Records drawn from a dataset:
▬▬▬▬▬▬▬▬▬▬
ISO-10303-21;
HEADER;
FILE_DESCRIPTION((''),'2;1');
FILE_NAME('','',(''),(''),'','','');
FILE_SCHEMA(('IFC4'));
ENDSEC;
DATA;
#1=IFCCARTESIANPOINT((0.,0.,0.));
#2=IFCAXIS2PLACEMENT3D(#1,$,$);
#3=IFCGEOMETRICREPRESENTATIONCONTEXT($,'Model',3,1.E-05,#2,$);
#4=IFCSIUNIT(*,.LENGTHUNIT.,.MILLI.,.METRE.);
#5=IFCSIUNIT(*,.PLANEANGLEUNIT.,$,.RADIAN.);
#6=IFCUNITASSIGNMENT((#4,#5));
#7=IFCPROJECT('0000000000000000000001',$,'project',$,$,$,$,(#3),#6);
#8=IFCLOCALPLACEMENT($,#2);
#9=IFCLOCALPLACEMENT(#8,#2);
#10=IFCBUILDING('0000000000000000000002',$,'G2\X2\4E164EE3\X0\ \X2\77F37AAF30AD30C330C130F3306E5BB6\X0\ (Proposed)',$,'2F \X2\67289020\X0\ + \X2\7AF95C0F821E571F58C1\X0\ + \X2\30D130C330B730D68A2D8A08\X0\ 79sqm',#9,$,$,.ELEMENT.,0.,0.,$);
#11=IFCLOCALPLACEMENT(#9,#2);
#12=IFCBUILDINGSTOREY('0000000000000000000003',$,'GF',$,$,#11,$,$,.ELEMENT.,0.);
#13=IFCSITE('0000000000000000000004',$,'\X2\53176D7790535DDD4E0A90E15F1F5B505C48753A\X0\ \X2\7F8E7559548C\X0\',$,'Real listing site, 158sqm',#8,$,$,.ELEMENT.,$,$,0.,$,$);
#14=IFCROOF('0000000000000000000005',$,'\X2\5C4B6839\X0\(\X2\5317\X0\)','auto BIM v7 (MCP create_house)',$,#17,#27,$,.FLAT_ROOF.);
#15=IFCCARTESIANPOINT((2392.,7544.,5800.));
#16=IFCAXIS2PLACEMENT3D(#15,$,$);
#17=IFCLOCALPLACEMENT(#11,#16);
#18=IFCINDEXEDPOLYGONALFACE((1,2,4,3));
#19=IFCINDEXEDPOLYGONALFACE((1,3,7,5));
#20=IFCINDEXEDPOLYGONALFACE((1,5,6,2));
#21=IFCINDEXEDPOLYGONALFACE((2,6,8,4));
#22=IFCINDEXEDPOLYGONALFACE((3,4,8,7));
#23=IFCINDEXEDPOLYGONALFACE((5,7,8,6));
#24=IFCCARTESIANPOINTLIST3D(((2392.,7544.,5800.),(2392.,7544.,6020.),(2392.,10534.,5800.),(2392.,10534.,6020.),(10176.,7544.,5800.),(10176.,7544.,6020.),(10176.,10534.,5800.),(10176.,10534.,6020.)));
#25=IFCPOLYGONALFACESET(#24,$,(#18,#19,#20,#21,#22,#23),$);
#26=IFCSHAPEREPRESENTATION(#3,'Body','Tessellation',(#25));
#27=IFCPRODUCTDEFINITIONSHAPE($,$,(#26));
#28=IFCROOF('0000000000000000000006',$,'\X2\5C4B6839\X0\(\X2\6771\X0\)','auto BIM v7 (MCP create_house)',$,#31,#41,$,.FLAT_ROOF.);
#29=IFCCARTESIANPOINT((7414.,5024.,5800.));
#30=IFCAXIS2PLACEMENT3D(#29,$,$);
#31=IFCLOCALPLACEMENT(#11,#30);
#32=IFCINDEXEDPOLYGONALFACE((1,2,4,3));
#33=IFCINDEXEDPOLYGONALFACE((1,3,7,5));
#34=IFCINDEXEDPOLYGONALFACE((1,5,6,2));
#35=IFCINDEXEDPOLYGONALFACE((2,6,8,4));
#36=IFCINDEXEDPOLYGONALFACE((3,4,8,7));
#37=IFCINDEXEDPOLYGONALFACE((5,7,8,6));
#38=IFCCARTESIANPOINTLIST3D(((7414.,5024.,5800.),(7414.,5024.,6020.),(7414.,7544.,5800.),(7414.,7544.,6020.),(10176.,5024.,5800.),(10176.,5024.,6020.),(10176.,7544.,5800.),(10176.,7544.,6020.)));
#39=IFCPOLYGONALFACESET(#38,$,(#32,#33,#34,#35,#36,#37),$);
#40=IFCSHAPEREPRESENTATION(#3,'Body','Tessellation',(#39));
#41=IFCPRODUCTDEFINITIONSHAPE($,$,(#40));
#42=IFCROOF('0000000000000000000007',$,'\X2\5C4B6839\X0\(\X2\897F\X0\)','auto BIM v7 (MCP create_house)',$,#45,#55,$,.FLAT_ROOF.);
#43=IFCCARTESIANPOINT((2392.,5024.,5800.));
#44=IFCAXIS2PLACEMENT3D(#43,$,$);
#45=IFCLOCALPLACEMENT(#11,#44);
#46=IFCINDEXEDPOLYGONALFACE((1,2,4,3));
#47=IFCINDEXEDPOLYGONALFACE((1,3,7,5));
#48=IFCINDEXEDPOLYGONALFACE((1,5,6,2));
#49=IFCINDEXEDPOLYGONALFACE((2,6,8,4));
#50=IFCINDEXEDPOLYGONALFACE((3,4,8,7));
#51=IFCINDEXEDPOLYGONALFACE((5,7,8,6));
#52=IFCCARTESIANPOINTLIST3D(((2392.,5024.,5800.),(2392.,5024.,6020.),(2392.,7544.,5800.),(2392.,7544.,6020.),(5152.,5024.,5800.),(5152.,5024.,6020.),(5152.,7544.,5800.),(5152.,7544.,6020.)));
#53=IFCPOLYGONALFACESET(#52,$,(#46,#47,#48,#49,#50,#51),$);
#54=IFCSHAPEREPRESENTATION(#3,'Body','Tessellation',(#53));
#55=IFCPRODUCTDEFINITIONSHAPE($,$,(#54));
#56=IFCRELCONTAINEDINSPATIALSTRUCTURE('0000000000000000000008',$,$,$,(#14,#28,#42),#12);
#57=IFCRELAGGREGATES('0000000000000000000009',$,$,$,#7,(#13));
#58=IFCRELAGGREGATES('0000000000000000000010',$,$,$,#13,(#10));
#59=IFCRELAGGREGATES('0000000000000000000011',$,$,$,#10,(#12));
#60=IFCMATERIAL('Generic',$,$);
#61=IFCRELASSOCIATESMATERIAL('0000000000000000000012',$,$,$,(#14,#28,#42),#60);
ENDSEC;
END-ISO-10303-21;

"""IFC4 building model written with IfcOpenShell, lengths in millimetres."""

from ifc_helpers import new_model, si_unit, frame, frame_2d, origin, place, context, project, spatial, rectangle, extrude, material, element, save


model = new_model("IFC4")

# Units and contexts
model_context = context("Model", 3, precision=1e-05, world=origin())
ifc_project = project(units=[si_unit("LENGTHUNIT", "METRE", prefix="MILLI"), si_unit("PLANEANGLEUNIT", "RADIAN")], contexts=[model_context])

# Site, building, storey
site_placement = place(None, origin())
site = spatial("IfcSite", under=ifc_project, at=site_placement, Name="北海道川上郡弟子屈町 美留和", ObjectType="Real listing site, 158sqm", CompositionType="ELEMENT", RefElevation=0.0)
building_placement = place(site_placement, origin())
building = spatial("IfcBuilding", under=site, at=building_placement, Name="G2世代 石窯キッチンの家 (Proposed)", ObjectType="2F 木造 + 竹小舞土壁 + パッシブ設計 79sqm", CompositionType="ELEMENT", ElevationOfRefHeight=0.0, ElevationOfTerrain=0.0)
storey_placement = place(building_placement, origin())
storey = spatial("IfcBuildingStorey", under=building, at=storey_placement, Name="GF", CompositionType="ELEMENT", Elevation=0.0)

# Shared definitions
ifc_material = material(Name="Generic")

# Roofs
roof_1_placement = place(storey_placement, frame((2392.0, 7544.0, 5800.0)))
element("IfcRoof", 1, at=roof_1_placement, inside=storey, material=ifc_material, Name="屋根(北)", Description="auto BIM v7 (MCP create_house)", PredefinedType="FLAT_ROOF", context=model_context, shape_type="SweptSolid", body=[
    extrude(rectangle(XDim=7784.0, YDim=2990.0, at=frame_2d((3892.0, 1495.0))), frame((2392.0, 7544.0, 5800.0)), (0.0, 0.0, 1.0), 220.0),
])
roof_2_placement = place(storey_placement, frame((7414.0, 5024.0, 5800.0)))
element("IfcRoof", 2, at=roof_2_placement, inside=storey, material=ifc_material, Name="屋根(東)", Description="auto BIM v7 (MCP create_house)", PredefinedType="FLAT_ROOF", context=model_context, shape_type="SweptSolid", body=[
    extrude(rectangle(XDim=2762.0, YDim=2520.0, at=frame_2d((1381.0, 1260.0))), frame((7414.0, 5024.0, 5800.0)), (0.0, 0.0, 1.0), 220.0),
])
roof_3_placement = place(storey_placement, frame((2392.0, 5024.0, 5800.0)))
element("IfcRoof", 3, at=roof_3_placement, inside=storey, material=ifc_material, Name="屋根(西)", Description="auto BIM v7 (MCP create_house)", PredefinedType="FLAT_ROOF", context=model_context, shape_type="SweptSolid", body=[
    extrude(rectangle(XDim=2760.0, YDim=2520.0, at=frame_2d((1380.0, 1260.0))), frame((2392.0, 5024.0, 5800.0)), (0.0, 0.0, 1.0), 220.0),
])

save(model, "model.ifc")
▬▬▬▬▬▬▬▬▬▬
*What is required*:
Look above for the line holding "#49=IFCINDEXEDPOLYGONALFACE((2,6,8,4));" and the line holding "END-ISO-10303-21;", then output exactly those two lines and every line between them, nothing more.

*Task response*:
#49=IFCINDEXEDPOLYGONALFACE((2,6,8,4));
#50=IFCINDEXEDPOLYGONALFACE((3,4,8,7));
#51=IFCINDEXEDPOLYGONALFACE((5,7,8,6));
#52=IFCCARTESIANPOINTLIST3D(((2392.,5024.,5800.),(2392.,5024.,6020.),(2392.,7544.,5800.),(2392.,7544.,6020.),(5152.,5024.,5800.),(5152.,5024.,6020.),(5152.,7544.,5800.),(5152.,7544.,6020.)));
#53=IFCPOLYGONALFACESET(#52,$,(#46,#47,#48,#49,#50,#51),$);
#54=IFCSHAPEREPRESENTATION(#3,'Body','Tessellation',(#53));
#55=IFCPRODUCTDEFINITIONSHAPE($,$,(#54));
#56=IFCRELCONTAINEDINSPATIALSTRUCTURE('0000000000000000000008',$,$,$,(#14,#28,#42),#12);
#57=IFCRELAGGREGATES('0000000000000000000009',$,$,$,#7,(#13));
#58=IFCRELAGGREGATES('0000000000000000000010',$,$,$,#13,(#10));
#59=IFCRELAGGREGATES('0000000000000000000011',$,$,$,#10,(#12));
#60=IFCMATERIAL('Generic',$,$);
#61=IFCRELASSOCIATESMATERIAL('0000000000000000000012',$,$,$,(#14,#28,#42),#60);
ENDSEC;
END-ISO-10303-21;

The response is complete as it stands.